Die Einrichtung St. Verena in Hüfingen ist mit 130 Kinder voll belegt. 42 Beschäftigten fehlt so Raum für Besprechungen.
Zumindest an diesem Punkt gibt es keinen weiteren Diskussionsbedarf. „Alle sind sich einig, dass St. Verena dringend räumliche Entlastung braucht“, sagt Manuel Schneider. Er ist der Leiter des katholischen Kindergartens St. Verena. Und mit allen meint er die Verwaltung der Stadt, den Gemeinderat und den Träger.
„Wir sind mit 130 Kindern voll belegt und haben mittlerweile 42 Beschäftigte, die den Bedarf nach einem Sozialraum haben“, unterstreicht Schneider seine Aussage. Hinzu kämen immer mehr Aufgaben wie Elterngespräche, die fachliche Anleitung von den derzeit 14 Auszubildenden, interne Fortbildungen und Teamsitzungen, für die es in dem Kindergarten derzeit keinen geeigneten Raum gebe. Aus der Not heraus muss auf die Schnelle eine multifunktionale Nutzung her. Das eigentliche Bistro muss im Bedarfsfall umgerüstet werden, um beispielsweise Teamsitzungen oder andere kollegiale Aktivitäten durchführen zu können.
Ausreichend Betreuungsplätze
Im Hüfinger Gemeinderat ist das Thema hinlänglich bekannt und auch schon kontrovers diskutiert worden. Der ursprüngliche Plan, eine neue Kindertagesstätte für die Kernstadt zu bauen, die auch St. Verena hätte mitnutzen können, ist nicht weiter verfolgt worden. Denn der aktuelle Bedarfsplan für Kindergartenplätze ergibt, dass die Gesamtstadt Hüfingen ausreichend Betreuungsplätze anbietet. „Dadurch sind kaum rechtliche und wirtschaftliche Argumente für einen Neubau zu finden“, meint Manuel Schneider.
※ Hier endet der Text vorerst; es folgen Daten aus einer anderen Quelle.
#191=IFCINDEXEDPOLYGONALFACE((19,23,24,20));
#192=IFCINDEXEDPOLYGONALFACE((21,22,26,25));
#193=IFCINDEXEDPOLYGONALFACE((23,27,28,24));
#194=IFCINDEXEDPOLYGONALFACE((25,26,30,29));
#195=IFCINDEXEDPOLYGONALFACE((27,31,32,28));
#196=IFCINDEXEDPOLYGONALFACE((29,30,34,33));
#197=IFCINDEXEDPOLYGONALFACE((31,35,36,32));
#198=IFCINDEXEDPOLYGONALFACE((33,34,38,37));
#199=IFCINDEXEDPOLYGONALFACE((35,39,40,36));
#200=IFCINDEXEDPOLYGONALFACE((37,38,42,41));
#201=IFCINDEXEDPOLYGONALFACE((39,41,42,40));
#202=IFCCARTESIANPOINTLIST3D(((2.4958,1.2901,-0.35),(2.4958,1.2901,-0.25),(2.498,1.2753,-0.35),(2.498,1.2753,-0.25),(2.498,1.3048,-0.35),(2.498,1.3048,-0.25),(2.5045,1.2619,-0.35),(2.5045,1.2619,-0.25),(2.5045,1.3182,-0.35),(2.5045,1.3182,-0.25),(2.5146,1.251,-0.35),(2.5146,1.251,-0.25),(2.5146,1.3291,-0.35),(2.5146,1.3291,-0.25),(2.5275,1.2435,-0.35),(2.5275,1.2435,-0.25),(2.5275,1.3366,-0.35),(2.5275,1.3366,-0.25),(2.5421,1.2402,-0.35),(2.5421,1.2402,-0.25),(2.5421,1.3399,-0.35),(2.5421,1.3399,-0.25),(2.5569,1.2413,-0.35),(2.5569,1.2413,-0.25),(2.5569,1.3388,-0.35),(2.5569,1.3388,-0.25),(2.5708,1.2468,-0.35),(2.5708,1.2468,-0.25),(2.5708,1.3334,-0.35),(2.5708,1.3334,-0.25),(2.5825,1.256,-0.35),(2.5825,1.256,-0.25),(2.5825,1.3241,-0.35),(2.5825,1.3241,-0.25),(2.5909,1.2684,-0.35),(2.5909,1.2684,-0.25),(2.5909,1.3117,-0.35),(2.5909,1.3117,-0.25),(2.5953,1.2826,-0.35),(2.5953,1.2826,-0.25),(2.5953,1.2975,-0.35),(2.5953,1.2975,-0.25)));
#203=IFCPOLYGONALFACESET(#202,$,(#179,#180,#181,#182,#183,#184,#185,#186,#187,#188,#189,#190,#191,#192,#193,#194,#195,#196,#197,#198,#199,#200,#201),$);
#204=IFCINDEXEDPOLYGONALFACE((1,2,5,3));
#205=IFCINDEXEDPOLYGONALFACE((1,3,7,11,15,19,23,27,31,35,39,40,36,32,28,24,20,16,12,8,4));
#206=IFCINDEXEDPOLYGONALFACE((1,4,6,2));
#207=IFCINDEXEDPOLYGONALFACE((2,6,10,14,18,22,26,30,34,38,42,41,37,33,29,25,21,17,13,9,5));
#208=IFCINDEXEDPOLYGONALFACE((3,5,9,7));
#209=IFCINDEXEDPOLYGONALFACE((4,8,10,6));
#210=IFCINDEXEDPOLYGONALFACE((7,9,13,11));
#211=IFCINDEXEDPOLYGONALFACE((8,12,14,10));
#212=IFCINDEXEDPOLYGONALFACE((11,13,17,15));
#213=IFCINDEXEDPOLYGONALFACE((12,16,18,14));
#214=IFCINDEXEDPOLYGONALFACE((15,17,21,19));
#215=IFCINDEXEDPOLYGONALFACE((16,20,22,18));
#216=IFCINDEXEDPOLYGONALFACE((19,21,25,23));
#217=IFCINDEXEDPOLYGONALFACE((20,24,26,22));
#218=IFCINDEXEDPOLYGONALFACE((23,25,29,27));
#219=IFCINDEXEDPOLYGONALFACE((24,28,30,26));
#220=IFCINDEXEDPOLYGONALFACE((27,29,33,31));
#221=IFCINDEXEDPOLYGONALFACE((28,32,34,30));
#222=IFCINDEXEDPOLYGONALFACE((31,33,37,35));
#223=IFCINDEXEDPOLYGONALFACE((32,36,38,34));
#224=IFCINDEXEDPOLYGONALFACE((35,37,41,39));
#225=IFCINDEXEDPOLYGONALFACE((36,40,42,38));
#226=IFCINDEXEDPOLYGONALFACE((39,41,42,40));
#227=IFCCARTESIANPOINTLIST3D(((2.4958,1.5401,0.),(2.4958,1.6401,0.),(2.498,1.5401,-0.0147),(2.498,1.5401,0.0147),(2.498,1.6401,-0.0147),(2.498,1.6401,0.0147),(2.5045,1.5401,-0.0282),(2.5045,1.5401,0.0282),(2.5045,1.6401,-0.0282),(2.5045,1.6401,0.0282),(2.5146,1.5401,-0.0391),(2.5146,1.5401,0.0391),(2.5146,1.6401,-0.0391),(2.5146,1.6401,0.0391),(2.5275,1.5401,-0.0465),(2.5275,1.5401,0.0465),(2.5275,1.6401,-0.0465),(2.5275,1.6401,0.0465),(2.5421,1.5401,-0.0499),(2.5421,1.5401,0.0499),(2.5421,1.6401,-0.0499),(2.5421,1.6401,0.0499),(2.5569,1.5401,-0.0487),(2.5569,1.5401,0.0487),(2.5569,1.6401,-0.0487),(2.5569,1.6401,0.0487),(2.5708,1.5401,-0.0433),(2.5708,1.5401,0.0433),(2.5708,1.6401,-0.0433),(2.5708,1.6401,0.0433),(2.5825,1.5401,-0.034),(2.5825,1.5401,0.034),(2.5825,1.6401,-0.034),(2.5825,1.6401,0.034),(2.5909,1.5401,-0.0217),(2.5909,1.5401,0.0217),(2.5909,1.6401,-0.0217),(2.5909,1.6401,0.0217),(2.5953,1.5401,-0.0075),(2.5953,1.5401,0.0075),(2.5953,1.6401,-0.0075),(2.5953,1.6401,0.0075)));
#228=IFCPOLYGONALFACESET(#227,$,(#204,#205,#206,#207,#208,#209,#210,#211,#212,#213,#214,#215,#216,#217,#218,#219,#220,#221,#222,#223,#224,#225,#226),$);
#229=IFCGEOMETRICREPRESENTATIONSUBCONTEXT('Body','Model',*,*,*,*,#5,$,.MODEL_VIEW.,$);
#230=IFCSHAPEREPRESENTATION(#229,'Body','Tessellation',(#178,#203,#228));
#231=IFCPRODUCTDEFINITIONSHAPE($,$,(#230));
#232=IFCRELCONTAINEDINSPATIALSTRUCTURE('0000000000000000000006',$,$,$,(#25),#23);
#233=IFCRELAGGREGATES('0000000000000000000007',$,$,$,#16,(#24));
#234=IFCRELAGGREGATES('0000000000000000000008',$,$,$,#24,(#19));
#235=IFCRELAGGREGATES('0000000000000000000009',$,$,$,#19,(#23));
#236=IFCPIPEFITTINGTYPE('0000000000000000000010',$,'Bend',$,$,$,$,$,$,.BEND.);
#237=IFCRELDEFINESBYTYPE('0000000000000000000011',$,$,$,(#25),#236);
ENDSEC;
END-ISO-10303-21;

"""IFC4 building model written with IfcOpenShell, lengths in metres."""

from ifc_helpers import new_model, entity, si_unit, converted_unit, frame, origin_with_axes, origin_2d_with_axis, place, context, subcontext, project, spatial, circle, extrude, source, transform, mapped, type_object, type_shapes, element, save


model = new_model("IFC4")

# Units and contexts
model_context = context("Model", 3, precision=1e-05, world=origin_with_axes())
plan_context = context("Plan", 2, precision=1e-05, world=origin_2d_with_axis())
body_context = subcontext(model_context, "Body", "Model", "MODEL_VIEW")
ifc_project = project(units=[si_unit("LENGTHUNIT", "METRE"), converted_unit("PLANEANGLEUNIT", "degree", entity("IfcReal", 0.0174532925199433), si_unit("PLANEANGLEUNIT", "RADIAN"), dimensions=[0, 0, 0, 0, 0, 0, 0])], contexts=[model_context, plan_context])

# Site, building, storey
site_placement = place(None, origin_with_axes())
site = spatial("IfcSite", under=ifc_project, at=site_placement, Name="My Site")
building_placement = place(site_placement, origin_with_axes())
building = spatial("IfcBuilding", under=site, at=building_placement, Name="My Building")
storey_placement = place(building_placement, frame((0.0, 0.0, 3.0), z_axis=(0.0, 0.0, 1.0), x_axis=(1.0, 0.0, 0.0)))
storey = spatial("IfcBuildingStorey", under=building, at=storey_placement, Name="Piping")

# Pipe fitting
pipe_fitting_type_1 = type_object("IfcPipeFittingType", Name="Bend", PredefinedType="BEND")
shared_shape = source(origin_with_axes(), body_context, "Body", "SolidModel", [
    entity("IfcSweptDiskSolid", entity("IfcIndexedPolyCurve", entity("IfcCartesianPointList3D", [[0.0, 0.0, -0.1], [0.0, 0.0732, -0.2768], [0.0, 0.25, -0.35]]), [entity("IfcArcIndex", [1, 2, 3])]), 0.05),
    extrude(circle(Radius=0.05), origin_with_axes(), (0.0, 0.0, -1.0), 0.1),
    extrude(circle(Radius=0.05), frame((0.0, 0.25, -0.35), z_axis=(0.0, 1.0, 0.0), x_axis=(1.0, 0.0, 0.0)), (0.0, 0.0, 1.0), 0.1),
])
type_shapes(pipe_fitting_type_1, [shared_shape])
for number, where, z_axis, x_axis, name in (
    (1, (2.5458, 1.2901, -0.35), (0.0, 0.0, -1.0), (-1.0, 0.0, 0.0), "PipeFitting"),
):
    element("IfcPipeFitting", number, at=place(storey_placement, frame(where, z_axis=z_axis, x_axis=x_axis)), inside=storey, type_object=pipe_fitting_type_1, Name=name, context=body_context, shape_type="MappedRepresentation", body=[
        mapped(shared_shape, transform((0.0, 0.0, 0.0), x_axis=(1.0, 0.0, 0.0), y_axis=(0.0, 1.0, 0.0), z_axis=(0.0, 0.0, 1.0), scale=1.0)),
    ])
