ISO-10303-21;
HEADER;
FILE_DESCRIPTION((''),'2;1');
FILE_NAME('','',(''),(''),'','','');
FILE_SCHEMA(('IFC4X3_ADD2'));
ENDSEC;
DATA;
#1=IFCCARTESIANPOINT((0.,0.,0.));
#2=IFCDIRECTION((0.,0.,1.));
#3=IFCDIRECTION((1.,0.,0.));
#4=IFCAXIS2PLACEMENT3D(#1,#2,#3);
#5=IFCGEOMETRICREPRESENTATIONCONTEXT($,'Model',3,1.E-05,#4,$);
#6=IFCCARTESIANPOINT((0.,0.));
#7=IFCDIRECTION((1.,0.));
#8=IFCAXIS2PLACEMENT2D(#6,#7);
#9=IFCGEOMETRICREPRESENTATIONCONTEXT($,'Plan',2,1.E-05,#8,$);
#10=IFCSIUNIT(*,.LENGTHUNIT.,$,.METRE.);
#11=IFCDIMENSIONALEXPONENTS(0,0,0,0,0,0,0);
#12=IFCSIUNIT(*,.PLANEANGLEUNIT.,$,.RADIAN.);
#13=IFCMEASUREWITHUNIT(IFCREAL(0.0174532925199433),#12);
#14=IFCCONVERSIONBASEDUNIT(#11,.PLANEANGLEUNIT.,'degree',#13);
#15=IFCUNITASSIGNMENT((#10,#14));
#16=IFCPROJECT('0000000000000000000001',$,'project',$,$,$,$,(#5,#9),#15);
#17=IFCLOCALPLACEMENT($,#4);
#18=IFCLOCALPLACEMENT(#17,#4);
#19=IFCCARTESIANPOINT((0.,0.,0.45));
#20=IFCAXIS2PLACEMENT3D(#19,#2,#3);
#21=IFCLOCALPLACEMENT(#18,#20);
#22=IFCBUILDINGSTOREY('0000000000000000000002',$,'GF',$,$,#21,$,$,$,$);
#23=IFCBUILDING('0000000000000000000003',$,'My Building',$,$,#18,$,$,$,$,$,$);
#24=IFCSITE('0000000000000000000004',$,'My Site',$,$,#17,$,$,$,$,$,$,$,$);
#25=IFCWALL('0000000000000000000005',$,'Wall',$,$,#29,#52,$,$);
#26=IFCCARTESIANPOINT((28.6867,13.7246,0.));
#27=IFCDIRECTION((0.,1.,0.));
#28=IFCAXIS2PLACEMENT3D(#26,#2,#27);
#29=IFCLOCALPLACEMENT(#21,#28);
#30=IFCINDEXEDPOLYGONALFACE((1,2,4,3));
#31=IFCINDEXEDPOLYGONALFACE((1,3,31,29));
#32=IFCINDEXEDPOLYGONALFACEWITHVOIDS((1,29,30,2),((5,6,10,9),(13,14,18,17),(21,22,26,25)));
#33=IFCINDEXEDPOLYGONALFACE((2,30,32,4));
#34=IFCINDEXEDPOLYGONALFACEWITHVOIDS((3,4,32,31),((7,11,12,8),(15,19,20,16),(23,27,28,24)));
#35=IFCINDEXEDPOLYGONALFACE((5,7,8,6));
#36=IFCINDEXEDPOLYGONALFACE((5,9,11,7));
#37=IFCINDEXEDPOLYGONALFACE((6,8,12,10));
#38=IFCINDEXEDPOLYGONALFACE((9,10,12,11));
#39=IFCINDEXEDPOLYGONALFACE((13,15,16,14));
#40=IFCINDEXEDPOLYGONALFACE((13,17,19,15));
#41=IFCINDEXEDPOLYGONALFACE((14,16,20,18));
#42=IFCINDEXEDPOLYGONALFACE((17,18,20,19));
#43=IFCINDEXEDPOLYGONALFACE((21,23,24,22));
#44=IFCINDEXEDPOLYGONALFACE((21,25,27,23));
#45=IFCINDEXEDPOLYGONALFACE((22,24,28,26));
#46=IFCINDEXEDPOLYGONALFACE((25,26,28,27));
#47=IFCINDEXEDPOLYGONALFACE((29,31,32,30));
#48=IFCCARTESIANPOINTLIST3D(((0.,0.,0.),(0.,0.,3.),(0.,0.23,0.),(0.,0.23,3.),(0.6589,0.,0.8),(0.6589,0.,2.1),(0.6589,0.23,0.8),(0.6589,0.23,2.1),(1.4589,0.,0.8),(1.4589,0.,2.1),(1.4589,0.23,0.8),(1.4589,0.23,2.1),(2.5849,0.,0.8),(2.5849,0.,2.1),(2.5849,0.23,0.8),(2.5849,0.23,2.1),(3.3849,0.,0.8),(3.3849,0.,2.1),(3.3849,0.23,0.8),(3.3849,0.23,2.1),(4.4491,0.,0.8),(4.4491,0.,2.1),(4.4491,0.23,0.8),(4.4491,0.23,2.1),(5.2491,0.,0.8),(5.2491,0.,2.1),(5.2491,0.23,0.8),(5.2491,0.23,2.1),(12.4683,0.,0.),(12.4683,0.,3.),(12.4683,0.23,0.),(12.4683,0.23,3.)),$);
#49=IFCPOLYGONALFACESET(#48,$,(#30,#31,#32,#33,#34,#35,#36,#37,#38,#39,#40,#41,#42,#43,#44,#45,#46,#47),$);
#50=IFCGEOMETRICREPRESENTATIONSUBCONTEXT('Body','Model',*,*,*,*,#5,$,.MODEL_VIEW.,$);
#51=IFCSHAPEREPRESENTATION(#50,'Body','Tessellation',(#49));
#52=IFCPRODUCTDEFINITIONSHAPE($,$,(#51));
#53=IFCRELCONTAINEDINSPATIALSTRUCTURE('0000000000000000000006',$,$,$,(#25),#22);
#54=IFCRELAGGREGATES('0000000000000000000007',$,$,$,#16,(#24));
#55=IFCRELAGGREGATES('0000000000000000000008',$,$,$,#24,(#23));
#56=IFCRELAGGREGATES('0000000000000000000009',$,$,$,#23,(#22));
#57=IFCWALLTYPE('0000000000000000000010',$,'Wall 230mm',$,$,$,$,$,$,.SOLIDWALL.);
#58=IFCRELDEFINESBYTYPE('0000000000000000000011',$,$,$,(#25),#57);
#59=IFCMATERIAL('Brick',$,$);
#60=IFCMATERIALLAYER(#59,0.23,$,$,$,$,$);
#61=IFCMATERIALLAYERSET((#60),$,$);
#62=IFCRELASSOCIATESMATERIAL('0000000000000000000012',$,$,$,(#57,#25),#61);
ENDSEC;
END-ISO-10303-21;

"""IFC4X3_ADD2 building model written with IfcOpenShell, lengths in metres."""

from ifc_helpers import new_model, entity, si_unit, converted_unit, frame, origin_with_axes, origin_2d_with_axis, place, context, subcontext, project, spatial, line, indexed_curve, outline, extrude, source, transform, mapped, material, layer, layer_set, layer_usage, type_object, element, save


model = new_model("IFC4X3_ADD2")

# Units and contexts
model_context = context("Model", 3, precision=1e-05, world=origin_with_axes())
plan_context = context("Plan", 2, precision=1e-05, world=origin_2d_with_axis())
body_context_1 = subcontext(model_context, "Body", "Model", "MODEL_VIEW")
ifc_project = project(units=[si_unit("LENGTHUNIT", "METRE"), converted_unit("PLANEANGLEUNIT", "degree", entity("IfcReal", 0.0174532925199433), si_unit("PLANEANGLEUNIT", "RADIAN"), dimensions=[0, 0, 0, 0, 0, 0, 0])], contexts=[model_context, plan_context])

# Site, building, storey
site_placement = place(None, origin_with_axes())
site = spatial("IfcSite", under=ifc_project, at=site_placement, Name="My Site")
building_placement = place(site_placement, origin_with_axes())
building = spatial("IfcBuilding", under=site, at=building_placement, Name="My Building")
storey_placement = place(building_placement, frame((0.0, 0.0, 0.45), z_axis=(0.0, 0.0, 1.0), x_axis=(1.0, 0.0, 0.0)))
storey = spatial("IfcBuildingStorey", under=building, at=storey_placement, Name="GF")

# Wall, openings
ifc_material = material(Name="Brick")
ifc_layer_1 = layer(ifc_material, 0.23)
ifc_layer_set_1 = layer_set([ifc_layer_1])
ifc_layer_usage_1 = layer_usage(ifc_layer_set_1, "AXIS2", "POSITIVE", 0.0)
wall_type_1 = type_object("IfcWallType", Name="Wall 230mm", PredefinedType="SOLIDWALL", material=ifc_layer_set_1)
wall_1_placement = place(storey_placement, frame((28.6867, 13.7246, 0.0), z_axis=(0.0, 0.0, 1.0), x_axis=(0.0, 1.0, 0.0)))
wall_1 = element("IfcWall", 1, at=wall_1_placement, inside=storey, type_object=wall_type_1, material=ifc_layer_usage_1, Name="Wall", context=body_context_1, shape_type="SweptSolid", body=[
    extrude(outline(indexed_curve([(0.0, 0.0), (0.0, 0.23), (12.4683, 0.23), (12.4683, 0.0), (0.0, 0.0)], self_intersect=False)), origin_with_axes(), (0.0, 0.0, 1.0), 3.0),
])
shared_shape_1 = source(origin_with_axes(), body_context_1, "Body", "SweptSolid", [
    extrude(outline(indexed_curve([(0.0, 0.0), (0.8, 0.0), (0.8, 1.3), (0.0, 1.3)], segments=[line(1, 2, 3, 4, 1)])), frame((-0.4, -0.6, 0.0), z_axis=(0.0, -1.0, 0.0), x_axis=(1.0, 0.0, 0.0)), (0.0, 0.0, -1.0), 1.2),
])
opening_1_placement = place(wall_1_placement, frame((1.0589, 0.015, 0.8), z_axis=(0.0, 0.0, 1.0), x_axis=(1.0, 0.0, 0.0)))
element("IfcOpeningElement", 2, at=opening_1_placement, cuts=wall_1, PredefinedType="OPENING", context=body_context_1, shape_type="MappedRepresentation", body=[
    mapped(shared_shape_1, transform((0.0, 0.0, 0.0), x_axis=(1.0, 0.0, 0.0), y_axis=(0.0, 1.0, 0.0), z_axis=(0.0, 0.0, 1.0), scale=1.0)),
])
opening_2_placement = place(wall_1_placement, frame((4.8491, 0.015, 0.8), z_axis=(0.0, 0.0, 1.0), x_axis=(1.0, 0.0, 0.0)))
element("IfcOpeningElement", 3, at=opening_2_placement, cuts=wall_1, PredefinedType="OPENING", context=body_context_1, shape_type="MappedRepresentation", body=[
    mapped(shared_shape_1, transform((0.0, 0.0, 0.0), x_axis=(1.0, 0.0, 0.0), y_axis=(0.0, 1.0, 0.0), z_axis=(0.0, 0.0, 1.0), scale=1.0)),
])
opening_3_placement = place(wall_1_placement, frame((2.9849, 0.015, 0.8), z_axis=(0.0, 0.0, 1.0), x_axis=(1.0, 0.0, 0.0)))
element("IfcOpeningElement", 4, at=opening_3_placement, cuts=wall_1, PredefinedType="OPENING", context=body_context_1, shape_type="MappedRepresentation", body=[
    mapped(shared_shape_1, transform((0.0, 0.0, 0.0), x_axis=(1.0, 0.0, 0.0), y_axis=(0.0, 1.0, 0.0), z_axis=(0.0, 0.0, 1.0), scale=1.0)),
])

save(model, "model.ifc")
Für ihn komme daher ein Anbau oder eine Aufstockung am derzeitigen Standort als Lösung in Betracht. Allerdings müssten die baulichen Voraussetzungen dafür vorab geprüft werden. Fakt sei jedoch, dass bald eine Lösung gefunden werden müsse, um weiterhin den hohen Standard der Einrichtung sichern zu können. „Wir sind ja auch ein gutes Argument für den Zuzug junger Familien nach Hüfingen“, ist Manuel Schneider überzeugt.
Mehrere Vorschläge
Dass in dieser Sache möglichst bald etwas passieren soll, macht die Aussage von Hauptamtsleiter Erich Lafera deutlich. Er nimmt für die Stadt Stellung und schreibt, „dass für die räumliche Entlastung in St. Verena schon mehrere Vorschläge“ vorgebracht worden seien; unter anderen das Aufstellen von Containern, ein Anbau oder eine Aufstockung des Gebäudes. Derzeit werde jede dieser Überlegungen geprüft und auch kostentechnisch abgewogen. Man wolle das Thema nicht mehr aufschieben, doch es sei auch wichtig, den Gemeinderat und den Träger von St. Verena in die Entscheidungsfindung einzubinden. Die Verwaltung stehe in engem Kontakt mit dem Träger, der katholischen Kirchengemeinde, und der Kindergartenleitung, um deren Wünsche und Bedarfe entsprechend berücksichtigen zu können.
Wie geht es weiter?
Und wie geht es nun weiter? Als nächster Schritt sei ein Gesprächstermin geplant, in dem die Vorstellungen und Erwartungen der verschiedenen Seiten konkretisiert werden sollen, so dass man baldmöglichst in die detaillierte Planungs- und Genehmigungsphase übergehen könne. Lafera betont erneut, dass „sich alle Beteiligten einig sind, dass dieses Thema nicht weiter aufgeschoben werden soll“. Ziel sei es, in diesem Jahr mit den Maßnahmen zu beginnen.
Einrichtungen der Stadt
Die Kindergärten:
Die Internetseite der Stadt Hüfingen listet die Kindergärten St. Maria in Fürstenberg, St. Theresia in Mundelfingen und den Naturkindergarten Wuki in Hausen vor Wald auf. Dazu kommen die Kindertagesstätten Luise-Scheppler, St. Georg Behla und St. Verena. Kleinkindgruppen gibt es in St. Maria, St. Theresia, Luise-Scheppler, St. Verena, St. Georg sowie in der Kindertagesstätte Felix. Für die Betreuung infrage kommen auch Tagesmütter und -väter.